Pop the cork, not your eye

Americans will consume more than a billion glasses of champagne during holiday and New Year celebrations. According to the American Academy of Ophthalmology, the careless handling of champagne is one of the most common causes for holiday-related eye injuries. These injuries are often caused by improperly opening the bottle, as a champagne cork is just less than 90 pounds of pressure—3 times the pressure inside a car tire.


The Korbel Champagne authorities offer this advice:

•  The recommended way to properly open a bottle is to ease the cork out slowly, with the sound of a gentle sigh—not a pop, which wastes champagne.

•  Make sure your champagne is chilled and unshaken. Chill the bottle for at least 4 hours in the refrigerator (a warm bottle is more likely to pop).
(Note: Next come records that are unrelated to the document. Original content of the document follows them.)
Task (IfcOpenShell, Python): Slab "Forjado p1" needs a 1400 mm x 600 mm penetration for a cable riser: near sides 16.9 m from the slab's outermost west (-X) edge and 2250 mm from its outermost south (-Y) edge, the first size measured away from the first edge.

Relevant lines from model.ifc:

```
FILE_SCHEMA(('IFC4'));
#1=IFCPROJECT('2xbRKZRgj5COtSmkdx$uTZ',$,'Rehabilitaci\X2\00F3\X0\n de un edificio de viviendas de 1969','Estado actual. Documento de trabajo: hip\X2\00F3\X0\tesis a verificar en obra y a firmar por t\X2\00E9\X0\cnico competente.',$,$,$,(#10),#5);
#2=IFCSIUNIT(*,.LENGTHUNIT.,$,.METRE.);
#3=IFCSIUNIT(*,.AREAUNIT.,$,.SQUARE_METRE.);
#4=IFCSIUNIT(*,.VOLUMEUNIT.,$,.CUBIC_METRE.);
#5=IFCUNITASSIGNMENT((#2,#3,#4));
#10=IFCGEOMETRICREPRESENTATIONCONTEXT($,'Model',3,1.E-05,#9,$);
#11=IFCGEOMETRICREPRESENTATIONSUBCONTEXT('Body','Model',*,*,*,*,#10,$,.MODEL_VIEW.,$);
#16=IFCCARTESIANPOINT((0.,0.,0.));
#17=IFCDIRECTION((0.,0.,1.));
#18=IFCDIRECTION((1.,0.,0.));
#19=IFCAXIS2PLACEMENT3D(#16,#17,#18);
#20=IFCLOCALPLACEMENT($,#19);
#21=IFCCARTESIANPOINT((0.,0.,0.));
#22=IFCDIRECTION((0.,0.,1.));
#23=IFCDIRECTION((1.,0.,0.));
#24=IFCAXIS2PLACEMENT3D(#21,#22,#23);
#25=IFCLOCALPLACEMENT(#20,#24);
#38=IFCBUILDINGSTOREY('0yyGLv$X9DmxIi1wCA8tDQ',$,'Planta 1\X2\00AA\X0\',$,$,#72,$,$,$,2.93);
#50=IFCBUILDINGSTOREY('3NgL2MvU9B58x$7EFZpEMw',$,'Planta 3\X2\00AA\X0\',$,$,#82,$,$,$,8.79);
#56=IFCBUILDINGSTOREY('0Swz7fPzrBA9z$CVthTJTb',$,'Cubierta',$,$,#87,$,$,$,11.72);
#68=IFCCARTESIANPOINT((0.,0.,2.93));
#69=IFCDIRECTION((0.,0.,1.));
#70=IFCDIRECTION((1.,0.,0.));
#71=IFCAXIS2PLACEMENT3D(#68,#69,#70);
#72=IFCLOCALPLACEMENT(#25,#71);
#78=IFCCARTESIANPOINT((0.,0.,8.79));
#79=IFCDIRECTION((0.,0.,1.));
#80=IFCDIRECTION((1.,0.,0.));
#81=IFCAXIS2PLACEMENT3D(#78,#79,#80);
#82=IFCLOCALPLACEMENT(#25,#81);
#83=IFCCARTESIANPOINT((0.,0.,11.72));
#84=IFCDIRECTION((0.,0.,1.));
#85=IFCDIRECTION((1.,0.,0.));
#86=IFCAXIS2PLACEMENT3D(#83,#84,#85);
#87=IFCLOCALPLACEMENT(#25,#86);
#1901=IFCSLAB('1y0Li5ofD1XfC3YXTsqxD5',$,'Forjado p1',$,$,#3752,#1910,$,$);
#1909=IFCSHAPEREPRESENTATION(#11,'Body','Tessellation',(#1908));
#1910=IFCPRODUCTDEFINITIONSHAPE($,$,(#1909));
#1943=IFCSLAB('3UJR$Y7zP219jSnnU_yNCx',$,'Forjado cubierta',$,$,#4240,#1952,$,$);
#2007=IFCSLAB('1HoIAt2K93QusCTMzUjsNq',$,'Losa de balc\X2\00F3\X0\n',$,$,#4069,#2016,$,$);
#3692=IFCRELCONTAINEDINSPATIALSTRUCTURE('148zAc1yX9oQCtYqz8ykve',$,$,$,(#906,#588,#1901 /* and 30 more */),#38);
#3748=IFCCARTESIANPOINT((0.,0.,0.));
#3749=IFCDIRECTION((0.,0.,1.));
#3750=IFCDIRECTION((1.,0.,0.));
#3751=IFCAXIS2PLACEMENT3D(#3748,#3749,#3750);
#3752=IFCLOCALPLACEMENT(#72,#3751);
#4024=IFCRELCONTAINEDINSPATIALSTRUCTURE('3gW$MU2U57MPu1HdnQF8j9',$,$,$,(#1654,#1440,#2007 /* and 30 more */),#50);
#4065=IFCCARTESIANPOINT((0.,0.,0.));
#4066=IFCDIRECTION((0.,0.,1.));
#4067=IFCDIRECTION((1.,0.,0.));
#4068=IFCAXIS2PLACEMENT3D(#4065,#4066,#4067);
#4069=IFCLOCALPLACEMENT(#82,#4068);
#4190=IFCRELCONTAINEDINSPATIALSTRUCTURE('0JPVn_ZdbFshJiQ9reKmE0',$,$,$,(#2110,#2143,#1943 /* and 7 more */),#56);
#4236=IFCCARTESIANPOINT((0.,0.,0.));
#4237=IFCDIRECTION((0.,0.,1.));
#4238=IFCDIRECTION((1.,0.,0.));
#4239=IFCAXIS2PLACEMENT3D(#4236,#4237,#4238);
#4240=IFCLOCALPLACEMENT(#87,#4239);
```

```python
import numpy as np
import ifcopenshell
import ifcopenshell.api.feature
import ifcopenshell.api.geometry
import ifcopenshell.api.root
import ifcopenshell.geom
import ifcopenshell.util.placement
import ifcopenshell.util.representation
import ifcopenshell.util.shape
import ifcopenshell.util.unit

model = ifcopenshell.open("model.ifc")
unit_scale = ifcopenshell.util.unit.calculate_unit_scale(model)
settings = ifcopenshell.geom.settings()


def volume(element):
    """Net volume in cubic metres, openings subtracted."""
    shape = ifcopenshell.geom.create_shape(settings, element)
    return ifcopenshell.util.shape.get_volume(shape.geometry)


slab = model.by_guid("1y0Li5ofD1XfC3YXTsqxD5")
before = volume(slab)

# Extent in the slab's own axes, in metres. The edges named are its -X and -Y sides.
slab_shape = ifcopenshell.geom.create_shape(settings, slab)
vertices = ifcopenshell.util.shape.get_vertices(slab_shape.geometry)
x_min, y_min, bottom = vertices.min(axis=0)
top = vertices[:, 2].max()

opening = ifcopenshell.api.root.create_entity(model, ifc_class="IfcOpeningElement", name="Cable riser opening", predefined_type="OPENING")
context = ifcopenshell.util.representation.get_context(model, "Model", "Body", "MODEL_VIEW")
width, depth = 1.4, 0.6
outline = [(0.0, 0.0), (width, 0.0), (width, depth), (0.0, depth), (0.0, 0.0)]
# Overshoot both faces by 50 mm so the cut is clean.
shape = ifcopenshell.api.geometry.add_slab_representation(
    model, context=context, depth=top - bottom + 0.1, polyline=outline
)
ifcopenshell.api.geometry.assign_representation(model, product=opening, representation=shape)

matrix = ifcopenshell.util.placement.get_local_placement(slab.ObjectPlacement)
matrix[:, 3] = matrix @ np.append(np.array([x_min + 16.9, y_min + 2.25, bottom - 0.05]) / unit_scale, 1.0)
ifcopenshell.api.geometry.edit_object_placement(model, product=opening, matrix=matrix, is_si=False)
ifcopenshell.api.feature.add_feature(model, feature=opening, element=slab)

after = volume(slab)

print(f"slab volume {before:.3f} -> {after:.3f} m3")

model.write("model-out.ifc")
```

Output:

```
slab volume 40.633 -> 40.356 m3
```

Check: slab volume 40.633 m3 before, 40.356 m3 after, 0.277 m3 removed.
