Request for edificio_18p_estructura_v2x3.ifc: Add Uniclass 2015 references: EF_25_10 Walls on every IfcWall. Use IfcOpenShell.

First a look at what the model holds.

```python
import ifcopenshell

model = ifcopenshell.open("edificio_18p_estructura_v2x3.ifc")
print(model.schema)
print("classifications:", [c.Name for c in model.by_type("IfcClassification")])
for ifc_class in ("IfcDoor", "IfcRoof", "IfcStair", "IfcWall", "IfcWindow"):
    print(ifc_class, len(model.by_type(ifc_class)))
```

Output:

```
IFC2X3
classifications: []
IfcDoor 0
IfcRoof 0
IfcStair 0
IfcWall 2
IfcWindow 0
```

```python
import ifcopenshell
import ifcopenshell.api.classification

model = ifcopenshell.open("edificio_18p_estructura_v2x3.ifc")

# IFC2X3 requires Source and Edition and has no link from the project to the system.
system = model.create_entity("IfcClassification", Source="NBS", Edition="2015", Name="Uniclass 2015")

codes = {
    "IfcWall": ("EF_25_10", "Walls"),
}
for ifc_class, (code, name) in codes.items():
    products = model.by_type(ifc_class)
    ifcopenshell.api.classification.add_reference(
        model, products=products, classification=system, identification=code, name=name
    )
    print(code, len(products))

model.write("edificio_18p_estructura_v2x3_v2.ifc")
```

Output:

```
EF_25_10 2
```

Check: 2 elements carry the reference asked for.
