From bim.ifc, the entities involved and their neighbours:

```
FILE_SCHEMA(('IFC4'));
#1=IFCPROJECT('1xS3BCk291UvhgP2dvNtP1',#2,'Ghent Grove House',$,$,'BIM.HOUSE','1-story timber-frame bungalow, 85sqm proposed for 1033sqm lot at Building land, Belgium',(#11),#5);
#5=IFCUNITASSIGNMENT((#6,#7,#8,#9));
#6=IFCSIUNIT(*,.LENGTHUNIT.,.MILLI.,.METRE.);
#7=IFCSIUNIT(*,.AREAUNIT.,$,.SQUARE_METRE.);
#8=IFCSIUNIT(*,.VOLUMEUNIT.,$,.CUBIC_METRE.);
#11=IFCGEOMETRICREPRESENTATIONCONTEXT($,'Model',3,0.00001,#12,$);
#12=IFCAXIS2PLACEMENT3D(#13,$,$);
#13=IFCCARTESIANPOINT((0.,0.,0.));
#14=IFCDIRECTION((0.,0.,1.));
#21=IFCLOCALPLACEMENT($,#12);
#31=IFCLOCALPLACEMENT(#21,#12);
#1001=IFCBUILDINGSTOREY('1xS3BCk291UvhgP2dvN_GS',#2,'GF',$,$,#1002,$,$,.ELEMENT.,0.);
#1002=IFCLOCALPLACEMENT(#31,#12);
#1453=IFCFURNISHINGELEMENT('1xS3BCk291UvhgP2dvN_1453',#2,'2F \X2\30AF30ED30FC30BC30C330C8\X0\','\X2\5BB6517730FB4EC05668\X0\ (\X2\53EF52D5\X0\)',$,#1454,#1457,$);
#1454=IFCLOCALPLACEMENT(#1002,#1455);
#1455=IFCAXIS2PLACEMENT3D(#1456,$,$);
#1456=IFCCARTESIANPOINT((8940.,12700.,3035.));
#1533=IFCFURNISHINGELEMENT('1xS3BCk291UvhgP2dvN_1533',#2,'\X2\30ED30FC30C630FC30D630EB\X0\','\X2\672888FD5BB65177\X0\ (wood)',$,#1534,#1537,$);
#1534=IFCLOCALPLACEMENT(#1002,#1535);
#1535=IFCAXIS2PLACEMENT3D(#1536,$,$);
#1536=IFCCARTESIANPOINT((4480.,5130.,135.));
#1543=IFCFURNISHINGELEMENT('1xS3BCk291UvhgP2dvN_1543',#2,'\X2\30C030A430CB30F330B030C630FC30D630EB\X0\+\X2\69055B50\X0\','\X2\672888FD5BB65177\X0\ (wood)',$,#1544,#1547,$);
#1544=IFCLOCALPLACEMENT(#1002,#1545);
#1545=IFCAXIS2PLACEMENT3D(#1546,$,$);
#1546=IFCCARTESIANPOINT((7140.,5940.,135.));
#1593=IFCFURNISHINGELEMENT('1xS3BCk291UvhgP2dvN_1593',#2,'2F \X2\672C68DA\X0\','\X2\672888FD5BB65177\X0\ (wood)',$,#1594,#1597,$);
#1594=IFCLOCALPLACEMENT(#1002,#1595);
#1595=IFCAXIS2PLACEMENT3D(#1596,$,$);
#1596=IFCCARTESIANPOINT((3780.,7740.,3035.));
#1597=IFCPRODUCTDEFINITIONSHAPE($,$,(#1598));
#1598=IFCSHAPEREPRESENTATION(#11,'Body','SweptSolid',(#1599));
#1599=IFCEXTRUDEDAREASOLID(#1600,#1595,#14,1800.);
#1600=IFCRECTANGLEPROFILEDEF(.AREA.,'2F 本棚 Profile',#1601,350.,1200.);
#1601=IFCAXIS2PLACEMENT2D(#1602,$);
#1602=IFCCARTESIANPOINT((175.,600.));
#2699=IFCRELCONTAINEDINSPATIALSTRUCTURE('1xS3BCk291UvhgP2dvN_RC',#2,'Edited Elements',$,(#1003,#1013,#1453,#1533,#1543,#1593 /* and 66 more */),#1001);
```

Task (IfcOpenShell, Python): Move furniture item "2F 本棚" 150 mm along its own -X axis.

```python
import ifcopenshell
import ifcopenshell.api.geometry
import ifcopenshell.util.placement

model = ifcopenshell.open("bim.ifc")

item = model.by_id(1593)
matrix = ifcopenshell.util.placement.get_local_placement(item.ObjectPlacement)
matrix[:3, 3] -= matrix[:3, 0] * 150.0
ifcopenshell.api.geometry.edit_object_placement(model, product=item, matrix=matrix, is_si=False)

print(ifcopenshell.util.placement.get_local_placement(item.ObjectPlacement).round(3) + 0.0)

model.write("bim_v2.ifc")
```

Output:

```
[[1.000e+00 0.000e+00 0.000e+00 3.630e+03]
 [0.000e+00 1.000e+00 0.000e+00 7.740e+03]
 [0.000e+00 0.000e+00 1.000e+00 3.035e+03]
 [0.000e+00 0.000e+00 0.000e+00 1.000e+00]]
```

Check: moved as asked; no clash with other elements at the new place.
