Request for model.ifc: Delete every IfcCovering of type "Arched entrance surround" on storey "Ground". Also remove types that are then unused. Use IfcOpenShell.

First a look at what the model holds.

```python
import ifcopenshell
import ifcopenshell.util.element

model = ifcopenshell.open("model.ifc")
print(model.schema)
storey = next(s for s in model.by_type("IfcBuildingStorey") if s.Name == "Ground")
coverings = [e for e in ifcopenshell.util.element.get_decomposition(storey) if e.is_a("IfcCovering")]
seen = {}
for e in coverings:
    element_type = ifcopenshell.util.element.get_type(e)
    name = element_type.Name if element_type not in (None, e) else None
    seen[name] = seen.get(name, 0) + 1
for name, count in sorted(seen.items(), key=str):
    print(count, "x", name)
```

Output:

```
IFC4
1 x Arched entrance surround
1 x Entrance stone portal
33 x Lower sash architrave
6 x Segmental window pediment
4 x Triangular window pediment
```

```python
import ifcopenshell
import ifcopenshell.api.root
import ifcopenshell.util.element

model = ifcopenshell.open("model.ifc")

storey = next(s for s in model.by_type("IfcBuildingStorey") if s.Name == "Ground")
coverings = [e for e in ifcopenshell.util.element.get_decomposition(storey) if e.is_a("IfcCovering")]
targets = [e for e in coverings if (t := ifcopenshell.util.element.get_type(e)) not in (None, e) and t.Name == "Arched entrance surround"]
types = {ifcopenshell.util.element.get_type(e) for e in targets} - {None, *targets}

for e in targets:
    ifcopenshell.api.root.remove_product(model, product=e)
print(len(targets), "removed")

unused = [t for t in types if not ifcopenshell.util.element.get_types(t)]
for t in unused:
    ifcopenshell.api.root.remove_product(model, product=t)
print(len(unused), "unused types removed")

model.write("model_edited.ifc")
```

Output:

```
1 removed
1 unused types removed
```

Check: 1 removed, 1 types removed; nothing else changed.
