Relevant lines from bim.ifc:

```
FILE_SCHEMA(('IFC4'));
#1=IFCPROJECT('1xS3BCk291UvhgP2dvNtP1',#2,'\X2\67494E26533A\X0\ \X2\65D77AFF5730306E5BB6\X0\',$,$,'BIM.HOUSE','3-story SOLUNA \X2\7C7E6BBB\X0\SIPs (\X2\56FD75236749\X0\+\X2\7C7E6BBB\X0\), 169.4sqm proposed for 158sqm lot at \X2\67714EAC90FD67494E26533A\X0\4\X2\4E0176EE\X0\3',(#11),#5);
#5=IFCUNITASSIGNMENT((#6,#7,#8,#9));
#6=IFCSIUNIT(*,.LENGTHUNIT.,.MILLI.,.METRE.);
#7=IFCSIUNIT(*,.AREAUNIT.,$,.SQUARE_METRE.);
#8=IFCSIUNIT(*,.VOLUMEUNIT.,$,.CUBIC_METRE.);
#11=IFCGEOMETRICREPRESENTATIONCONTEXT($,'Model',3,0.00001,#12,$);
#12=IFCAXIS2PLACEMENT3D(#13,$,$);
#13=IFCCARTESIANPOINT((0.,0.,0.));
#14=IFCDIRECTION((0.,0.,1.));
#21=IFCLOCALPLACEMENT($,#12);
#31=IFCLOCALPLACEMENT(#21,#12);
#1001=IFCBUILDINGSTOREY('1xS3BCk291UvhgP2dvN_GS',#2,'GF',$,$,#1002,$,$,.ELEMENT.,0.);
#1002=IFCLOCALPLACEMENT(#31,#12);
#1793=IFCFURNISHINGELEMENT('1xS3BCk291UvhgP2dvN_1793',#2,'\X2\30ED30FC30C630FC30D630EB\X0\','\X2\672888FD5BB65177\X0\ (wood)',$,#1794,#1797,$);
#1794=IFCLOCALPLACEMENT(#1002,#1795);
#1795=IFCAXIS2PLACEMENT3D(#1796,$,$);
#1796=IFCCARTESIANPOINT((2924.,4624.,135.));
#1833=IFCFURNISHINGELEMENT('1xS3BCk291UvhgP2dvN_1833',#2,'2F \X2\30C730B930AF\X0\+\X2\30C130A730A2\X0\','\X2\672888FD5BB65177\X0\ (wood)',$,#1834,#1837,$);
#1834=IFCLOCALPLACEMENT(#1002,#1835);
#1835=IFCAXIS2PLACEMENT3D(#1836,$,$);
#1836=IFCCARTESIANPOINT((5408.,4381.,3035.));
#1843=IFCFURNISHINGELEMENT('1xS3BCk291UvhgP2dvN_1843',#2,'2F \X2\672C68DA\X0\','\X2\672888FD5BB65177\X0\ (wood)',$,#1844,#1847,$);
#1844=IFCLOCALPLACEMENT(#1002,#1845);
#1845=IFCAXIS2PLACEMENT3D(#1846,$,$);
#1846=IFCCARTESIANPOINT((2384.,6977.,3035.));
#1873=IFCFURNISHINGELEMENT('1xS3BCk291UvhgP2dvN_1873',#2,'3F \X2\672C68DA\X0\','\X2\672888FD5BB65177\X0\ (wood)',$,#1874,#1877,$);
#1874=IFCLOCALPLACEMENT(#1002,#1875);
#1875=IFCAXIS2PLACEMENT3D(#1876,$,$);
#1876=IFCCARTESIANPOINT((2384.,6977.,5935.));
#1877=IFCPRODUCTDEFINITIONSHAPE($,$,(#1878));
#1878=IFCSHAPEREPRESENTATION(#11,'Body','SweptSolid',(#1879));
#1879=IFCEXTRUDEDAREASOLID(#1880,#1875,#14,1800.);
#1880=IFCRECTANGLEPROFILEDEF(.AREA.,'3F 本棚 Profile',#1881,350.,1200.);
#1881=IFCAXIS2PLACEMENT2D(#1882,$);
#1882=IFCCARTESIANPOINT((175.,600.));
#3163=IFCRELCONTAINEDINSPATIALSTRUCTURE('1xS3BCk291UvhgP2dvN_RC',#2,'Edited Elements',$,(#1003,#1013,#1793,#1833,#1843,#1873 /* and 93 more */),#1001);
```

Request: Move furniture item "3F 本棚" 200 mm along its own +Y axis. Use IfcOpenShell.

```python
import ifcopenshell
import ifcopenshell.api.geometry
import ifcopenshell.util.placement
import ifcopenshell.util.unit

model = ifcopenshell.open("bim.ifc")
unit_scale = ifcopenshell.util.unit.calculate_unit_scale(model)

item = model.by_id(1873)
matrix = ifcopenshell.util.placement.get_local_placement(item.ObjectPlacement)
matrix[:3, 3] += matrix[:3, 1] * 0.2 / unit_scale
ifcopenshell.api.geometry.edit_object_placement(model, product=item, matrix=matrix, is_si=False)

print(ifcopenshell.util.placement.get_local_placement(item.ObjectPlacement).round(3) + 0.0)

model.write("bim_edited.ifc")
```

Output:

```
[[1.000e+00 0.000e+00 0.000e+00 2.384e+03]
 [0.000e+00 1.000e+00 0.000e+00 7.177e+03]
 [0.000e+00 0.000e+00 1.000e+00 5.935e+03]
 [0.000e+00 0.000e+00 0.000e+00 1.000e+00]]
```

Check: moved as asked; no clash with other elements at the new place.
•  Remove the foil cap covering the top of the bottle, exposing a wire hood.

•  Undo the wire hood with 6 half-turns of the knob.

•  Hold the bottle at a 45-degree angle while holding the cork firmly with one hand and the base of the bottle with the other. Be sure to point the bottle away from your guests.

•  Do not twist the cork. Rather, turn the bottle slowly while letting the cork glide out gently, emitting a gentle sigh.

•  In the did-you-know department: There are more than 50 million bubbles in a standard bottle of champagne.

This website is not meant to substitute for expert medical advice or treatment. Follow your doctor’s or health care provider’s advice if it differs from what is given in this guide.